By Shalosh B. Ekhad
[This computer-generated article is an appendix to Doron Zeilberger's talk, delivered on Sept. 15, 2016, at the Rutgers University Experimental Mathematics Seminar, and may be viewed here ]
Each iteration of the The Salamin-Brent algorithm for computing Pi, starting at k=1, gives the following number of (decimal) digits
[1, 4, 9, 20, 42, 85, 173, 347, 697, 1395, 2792, 5587, 11175, 22352, 44706, 89414, 178830]
Note that the first 9 entries are listed (page 5) in the article
by David B. Bailey, Jonathan M. Borwein, Peter B. Borwein, and Simon M. Ploufe, that appeared in the print-magazine "Mathematical Intelligencer", vol. 19, no. 1 (Jan. 1997), pg. 50-57.
The analogous sequences for the Borwein brothers' cubic and quartic algorithms for 1/Pi, mentioned in the above-mentioned article seem to be new.
The Borwein brothers' amazing algorithms are described at length in their classic book, "Pi and the AGM: A study in Analytic Number Theory and the Computational Complexity" , John Wiley, 1987, where references to the original articles can be found.

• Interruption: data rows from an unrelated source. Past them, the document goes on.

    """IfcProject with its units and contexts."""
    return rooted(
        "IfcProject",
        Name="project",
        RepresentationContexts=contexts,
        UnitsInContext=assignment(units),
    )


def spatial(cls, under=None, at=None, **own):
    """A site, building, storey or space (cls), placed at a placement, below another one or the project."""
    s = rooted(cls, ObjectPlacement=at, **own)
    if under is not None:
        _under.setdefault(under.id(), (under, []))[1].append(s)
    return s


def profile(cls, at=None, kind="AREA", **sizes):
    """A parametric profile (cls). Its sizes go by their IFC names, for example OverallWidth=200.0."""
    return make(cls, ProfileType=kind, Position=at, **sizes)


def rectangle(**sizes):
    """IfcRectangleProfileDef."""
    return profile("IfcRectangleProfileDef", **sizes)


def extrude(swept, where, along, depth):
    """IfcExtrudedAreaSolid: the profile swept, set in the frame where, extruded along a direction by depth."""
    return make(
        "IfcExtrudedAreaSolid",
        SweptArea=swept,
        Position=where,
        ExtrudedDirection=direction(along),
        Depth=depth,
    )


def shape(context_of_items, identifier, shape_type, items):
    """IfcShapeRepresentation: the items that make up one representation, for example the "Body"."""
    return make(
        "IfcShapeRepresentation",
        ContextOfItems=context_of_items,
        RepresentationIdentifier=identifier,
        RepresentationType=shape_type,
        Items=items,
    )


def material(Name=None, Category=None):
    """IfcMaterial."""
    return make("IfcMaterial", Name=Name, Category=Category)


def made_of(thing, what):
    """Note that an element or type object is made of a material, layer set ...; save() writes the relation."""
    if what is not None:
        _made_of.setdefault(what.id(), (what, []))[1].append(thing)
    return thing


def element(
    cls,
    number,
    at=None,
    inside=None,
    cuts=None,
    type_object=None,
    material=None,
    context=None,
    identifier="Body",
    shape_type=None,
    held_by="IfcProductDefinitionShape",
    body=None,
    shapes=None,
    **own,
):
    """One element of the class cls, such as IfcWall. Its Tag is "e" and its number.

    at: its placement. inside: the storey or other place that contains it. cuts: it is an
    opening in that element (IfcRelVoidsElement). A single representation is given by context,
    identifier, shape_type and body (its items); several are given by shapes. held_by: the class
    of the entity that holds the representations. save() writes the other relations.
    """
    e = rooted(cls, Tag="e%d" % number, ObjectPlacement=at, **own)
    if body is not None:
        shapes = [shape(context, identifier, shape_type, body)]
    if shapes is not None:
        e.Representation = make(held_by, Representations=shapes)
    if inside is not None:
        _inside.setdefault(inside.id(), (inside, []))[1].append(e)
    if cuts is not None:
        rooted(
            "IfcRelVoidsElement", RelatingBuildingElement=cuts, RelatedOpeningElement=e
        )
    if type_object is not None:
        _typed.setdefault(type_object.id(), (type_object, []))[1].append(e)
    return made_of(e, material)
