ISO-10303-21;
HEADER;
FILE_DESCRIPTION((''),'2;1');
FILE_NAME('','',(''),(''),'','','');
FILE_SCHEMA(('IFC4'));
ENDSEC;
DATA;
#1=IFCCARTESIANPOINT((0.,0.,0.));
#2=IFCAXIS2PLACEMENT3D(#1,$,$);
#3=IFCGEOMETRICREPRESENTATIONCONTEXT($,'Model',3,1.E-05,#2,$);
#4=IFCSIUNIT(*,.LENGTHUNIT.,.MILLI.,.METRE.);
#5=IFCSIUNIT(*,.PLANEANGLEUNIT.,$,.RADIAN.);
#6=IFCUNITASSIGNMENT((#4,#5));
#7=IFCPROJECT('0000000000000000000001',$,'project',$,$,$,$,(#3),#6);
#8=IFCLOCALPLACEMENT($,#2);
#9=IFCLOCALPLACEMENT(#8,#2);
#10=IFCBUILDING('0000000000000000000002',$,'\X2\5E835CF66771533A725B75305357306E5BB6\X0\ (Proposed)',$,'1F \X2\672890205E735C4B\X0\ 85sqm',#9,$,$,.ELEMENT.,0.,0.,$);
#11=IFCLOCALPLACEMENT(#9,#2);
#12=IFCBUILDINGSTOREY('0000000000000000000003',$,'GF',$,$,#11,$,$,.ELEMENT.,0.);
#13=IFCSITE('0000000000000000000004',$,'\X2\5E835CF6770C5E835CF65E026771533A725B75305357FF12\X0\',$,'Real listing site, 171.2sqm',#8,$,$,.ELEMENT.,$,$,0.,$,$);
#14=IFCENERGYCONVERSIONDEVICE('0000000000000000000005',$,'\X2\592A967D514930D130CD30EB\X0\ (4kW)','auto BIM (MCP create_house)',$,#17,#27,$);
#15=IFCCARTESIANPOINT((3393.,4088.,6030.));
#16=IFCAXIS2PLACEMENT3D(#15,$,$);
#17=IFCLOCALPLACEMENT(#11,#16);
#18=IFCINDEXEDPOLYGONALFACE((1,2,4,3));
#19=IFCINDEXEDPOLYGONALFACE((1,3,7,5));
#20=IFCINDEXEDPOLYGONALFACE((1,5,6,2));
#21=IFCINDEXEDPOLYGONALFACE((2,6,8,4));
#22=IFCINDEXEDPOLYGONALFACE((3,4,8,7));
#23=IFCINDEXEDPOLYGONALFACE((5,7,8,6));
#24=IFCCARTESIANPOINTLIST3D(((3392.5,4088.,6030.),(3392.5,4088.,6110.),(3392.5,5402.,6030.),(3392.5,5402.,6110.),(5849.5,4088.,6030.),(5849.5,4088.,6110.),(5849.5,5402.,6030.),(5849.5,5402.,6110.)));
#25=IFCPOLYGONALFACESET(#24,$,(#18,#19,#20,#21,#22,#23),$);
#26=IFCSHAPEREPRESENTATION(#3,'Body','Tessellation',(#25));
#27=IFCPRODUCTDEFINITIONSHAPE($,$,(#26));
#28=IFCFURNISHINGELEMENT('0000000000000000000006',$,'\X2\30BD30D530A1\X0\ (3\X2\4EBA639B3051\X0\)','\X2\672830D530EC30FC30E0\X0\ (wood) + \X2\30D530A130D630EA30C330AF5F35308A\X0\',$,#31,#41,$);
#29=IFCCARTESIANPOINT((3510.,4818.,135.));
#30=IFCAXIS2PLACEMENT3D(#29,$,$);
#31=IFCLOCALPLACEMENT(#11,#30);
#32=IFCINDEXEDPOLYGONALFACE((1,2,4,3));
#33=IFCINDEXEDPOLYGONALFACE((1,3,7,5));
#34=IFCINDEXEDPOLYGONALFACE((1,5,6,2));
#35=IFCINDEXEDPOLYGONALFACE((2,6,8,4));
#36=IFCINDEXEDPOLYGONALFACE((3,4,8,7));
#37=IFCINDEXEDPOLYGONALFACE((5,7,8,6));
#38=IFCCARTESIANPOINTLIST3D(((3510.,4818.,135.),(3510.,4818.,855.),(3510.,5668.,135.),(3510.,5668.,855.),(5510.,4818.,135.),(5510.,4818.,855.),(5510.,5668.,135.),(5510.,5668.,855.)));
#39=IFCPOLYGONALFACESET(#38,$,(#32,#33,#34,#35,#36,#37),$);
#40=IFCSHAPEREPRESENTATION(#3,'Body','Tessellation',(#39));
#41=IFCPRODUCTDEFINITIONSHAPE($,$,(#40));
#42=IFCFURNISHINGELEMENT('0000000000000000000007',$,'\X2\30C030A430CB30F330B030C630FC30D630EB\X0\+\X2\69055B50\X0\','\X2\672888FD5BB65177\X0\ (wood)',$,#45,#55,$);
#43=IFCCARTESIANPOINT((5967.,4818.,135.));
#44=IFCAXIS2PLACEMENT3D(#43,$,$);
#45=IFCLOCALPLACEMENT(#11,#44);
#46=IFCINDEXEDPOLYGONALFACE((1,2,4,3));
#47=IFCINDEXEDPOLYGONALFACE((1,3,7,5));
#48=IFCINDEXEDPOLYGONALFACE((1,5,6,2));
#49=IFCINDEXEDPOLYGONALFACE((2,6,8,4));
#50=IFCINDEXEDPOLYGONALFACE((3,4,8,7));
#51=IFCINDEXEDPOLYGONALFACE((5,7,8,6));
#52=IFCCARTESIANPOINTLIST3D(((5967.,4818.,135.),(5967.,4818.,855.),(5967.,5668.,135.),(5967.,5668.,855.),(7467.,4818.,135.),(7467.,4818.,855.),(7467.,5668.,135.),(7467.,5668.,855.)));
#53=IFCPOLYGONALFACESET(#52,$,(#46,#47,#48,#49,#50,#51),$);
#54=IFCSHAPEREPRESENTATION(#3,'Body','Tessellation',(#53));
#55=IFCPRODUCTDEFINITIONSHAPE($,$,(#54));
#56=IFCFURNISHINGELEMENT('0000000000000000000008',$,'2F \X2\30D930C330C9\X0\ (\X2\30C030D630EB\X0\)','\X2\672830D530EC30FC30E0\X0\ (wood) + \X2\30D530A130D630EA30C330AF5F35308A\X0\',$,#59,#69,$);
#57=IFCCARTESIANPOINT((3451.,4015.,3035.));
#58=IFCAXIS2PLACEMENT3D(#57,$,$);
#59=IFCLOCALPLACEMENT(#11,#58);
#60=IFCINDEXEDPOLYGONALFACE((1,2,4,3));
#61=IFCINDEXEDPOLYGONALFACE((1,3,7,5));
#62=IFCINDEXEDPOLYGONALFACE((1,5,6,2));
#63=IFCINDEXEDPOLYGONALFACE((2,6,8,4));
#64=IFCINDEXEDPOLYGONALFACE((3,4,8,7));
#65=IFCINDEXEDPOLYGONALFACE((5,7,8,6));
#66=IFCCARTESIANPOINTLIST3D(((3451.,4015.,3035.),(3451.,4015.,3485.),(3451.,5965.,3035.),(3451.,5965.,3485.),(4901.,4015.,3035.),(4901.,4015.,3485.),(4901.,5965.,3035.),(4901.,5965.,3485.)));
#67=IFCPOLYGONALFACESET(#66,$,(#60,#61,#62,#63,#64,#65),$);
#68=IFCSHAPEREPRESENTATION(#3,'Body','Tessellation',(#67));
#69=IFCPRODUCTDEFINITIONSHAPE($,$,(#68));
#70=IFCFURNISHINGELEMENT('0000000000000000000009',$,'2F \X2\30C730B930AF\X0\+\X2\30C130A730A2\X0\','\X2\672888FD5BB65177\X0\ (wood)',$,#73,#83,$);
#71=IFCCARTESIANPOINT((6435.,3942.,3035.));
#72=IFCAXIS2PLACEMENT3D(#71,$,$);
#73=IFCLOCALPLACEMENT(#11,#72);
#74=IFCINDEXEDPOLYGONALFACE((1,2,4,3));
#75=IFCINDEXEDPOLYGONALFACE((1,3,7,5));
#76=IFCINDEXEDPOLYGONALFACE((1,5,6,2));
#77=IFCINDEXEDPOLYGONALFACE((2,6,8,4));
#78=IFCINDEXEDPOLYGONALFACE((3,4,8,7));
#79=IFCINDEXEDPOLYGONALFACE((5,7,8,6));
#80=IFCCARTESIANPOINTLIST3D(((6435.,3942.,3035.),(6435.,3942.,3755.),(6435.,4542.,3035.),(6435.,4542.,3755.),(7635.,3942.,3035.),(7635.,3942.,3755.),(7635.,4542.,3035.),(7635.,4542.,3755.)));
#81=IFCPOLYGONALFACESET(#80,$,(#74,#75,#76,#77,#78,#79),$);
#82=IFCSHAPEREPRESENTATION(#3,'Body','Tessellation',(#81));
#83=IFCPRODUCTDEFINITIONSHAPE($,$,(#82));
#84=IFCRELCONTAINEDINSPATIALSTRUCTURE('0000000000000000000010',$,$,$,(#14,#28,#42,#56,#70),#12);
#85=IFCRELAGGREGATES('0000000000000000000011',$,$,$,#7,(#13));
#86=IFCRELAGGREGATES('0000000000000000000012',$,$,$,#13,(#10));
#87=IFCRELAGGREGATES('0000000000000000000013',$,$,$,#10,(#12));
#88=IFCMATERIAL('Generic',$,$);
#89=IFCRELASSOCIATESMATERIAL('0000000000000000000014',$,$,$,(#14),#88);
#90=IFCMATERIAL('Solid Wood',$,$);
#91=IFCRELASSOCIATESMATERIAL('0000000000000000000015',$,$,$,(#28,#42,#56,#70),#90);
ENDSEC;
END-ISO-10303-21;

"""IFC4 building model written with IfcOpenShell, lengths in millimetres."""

from ifc_helpers import new_model, si_unit, frame, frame_2d, origin, place, context, project, spatial, rectangle, extrude, material, element, save


model = new_model("IFC4")

# Units and contexts
model_context = context("Model", 3, precision=1e-05, world=origin())
ifc_project = project(units=[si_unit("LENGTHUNIT", "METRE", prefix="MILLI"), si_unit("PLANEANGLEUNIT", "RADIAN")], contexts=[model_context])

# Site, building, storey
site_placement = place(None, origin())
site = spatial("IfcSite", under=ifc_project, at=site_placement, Name="広島県広島市東区牛田南２", ObjectType="Real listing site, 171.2sqm", CompositionType="ELEMENT", RefElevation=0.0)
building_placement = place(site_placement, origin())
building = spatial("IfcBuilding", under=site, at=building_placement, Name="広島東区牛田南の家 (Proposed)", ObjectType="1F 木造平屋 85sqm", CompositionType="ELEMENT", ElevationOfRefHeight=0.0, ElevationOfTerrain=0.0)
storey_placement = place(building_placement, origin())
storey = spatial("IfcBuildingStorey", under=building, at=storey_placement, Name="GF", CompositionType="ELEMENT", Elevation=0.0)

# Shared definitions
ifc_material_1 = material(Name="Solid Wood")

# Shared definitions
ifc_material_2 = material(Name="Generic")

# Energy conversion device
energy_conversion_device_placement = place(storey_placement, frame((3393.0, 4088.0, 6030.0)))
element("IfcEnergyConversionDevice", 1, at=energy_conversion_device_placement, inside=storey, material=ifc_material_2, Name="太陽光パネル (4kW)", Description="auto BIM (MCP create_house)", context=model_context, shape_type="SweptSolid", body=[
    extrude(rectangle(XDim=2457.0, YDim=1314.0, at=frame_2d((1228.0, 657.0))), frame((3393.0, 4088.0, 6030.0)), (0.0, 0.0, 1.0), 80.0),
])

# Furnishing elements
furnishing_1_placement = place(storey_placement, frame((3510.0, 4818.0, 135.0)))
element("IfcFurnishingElement", 2, at=furnishing_1_placement, inside=storey, material=ifc_material_1, Name="ソファ (3人掛け)", Description="木フレーム (wood) + ファブリック張り", context=model_context, shape_type="SweptSolid", body=[
    extrude(rectangle(XDim=2000.0, YDim=850.0, at=frame_2d((1000.0, 425.0))), frame((3510.0, 4818.0, 135.0)), (0.0, 0.0, 1.0), 720.0),
])
furnishing_2_placement = place(storey_placement, frame((5967.0, 4818.0, 135.0)))
element("IfcFurnishingElement", 3, at=furnishing_2_placement, inside=storey, material=ifc_material_1, Name="ダイニングテーブル+椅子", Description="木製家具 (wood)", context=model_context, shape_type="SweptSolid", body=[
    extrude(rectangle(XDim=1500.0, YDim=850.0, at=frame_2d((750.0, 425.0))), frame((5967.0, 4818.0, 135.0)), (0.0, 0.0, 1.0), 720.0),
])
furnishing_3_placement = place(storey_placement, frame((3451.0, 4015.0, 3035.0)))
element("IfcFurnishingElement", 4, at=furnishing_3_placement, inside=storey, material=ifc_material_1, Name="2F ベッド (ダブル)", Description="木フレーム (wood) + ファブリック張り", context=model_context, shape_type="SweptSolid", body=[
    extrude(rectangle(XDim=1450.0, YDim=1950.0, at=frame_2d((725.0, 975.0))), frame((3451.0, 4015.0, 3035.0)), (0.0, 0.0, 1.0), 450.0),
])
furnishing_4_placement = place(storey_placement, frame((6435.0, 3942.0, 3035.0)))
element("IfcFurnishingElement", 5, at=furnishing_4_placement, inside=storey, material=ifc_material_1, Name="2F デスク+チェア", Description="木製家具 (wood)", context=model_context, shape_type="SweptSolid", body=[
    extrude(rectangle(XDim=1200.0, YDim=600.0, at=frame_2d((600.0, 300.0))), frame((6435.0, 3942.0, 3035.0)), (0.0, 0.0, 1.0), 720.0),
])

save(model, "model.ifc")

Each iteration of the The Cubic Borwein-Borwein algorithm for computing 1/Pi, starting at k=1, gives the following number of (decimal) digits
[6, 22, 71, 218, 659, 1985, 5963, 17898, 53704, 161124]
Each iteration of the The Quartic Borwein-Borwein algorithm for computing 1/Pi, starting at k=1, gives the following number of (decimal) digits
[9, 41, 171, 694, 2790, 11172, 44702, 178825]
This ends this article, that took, 10472.122, seconds. to generate.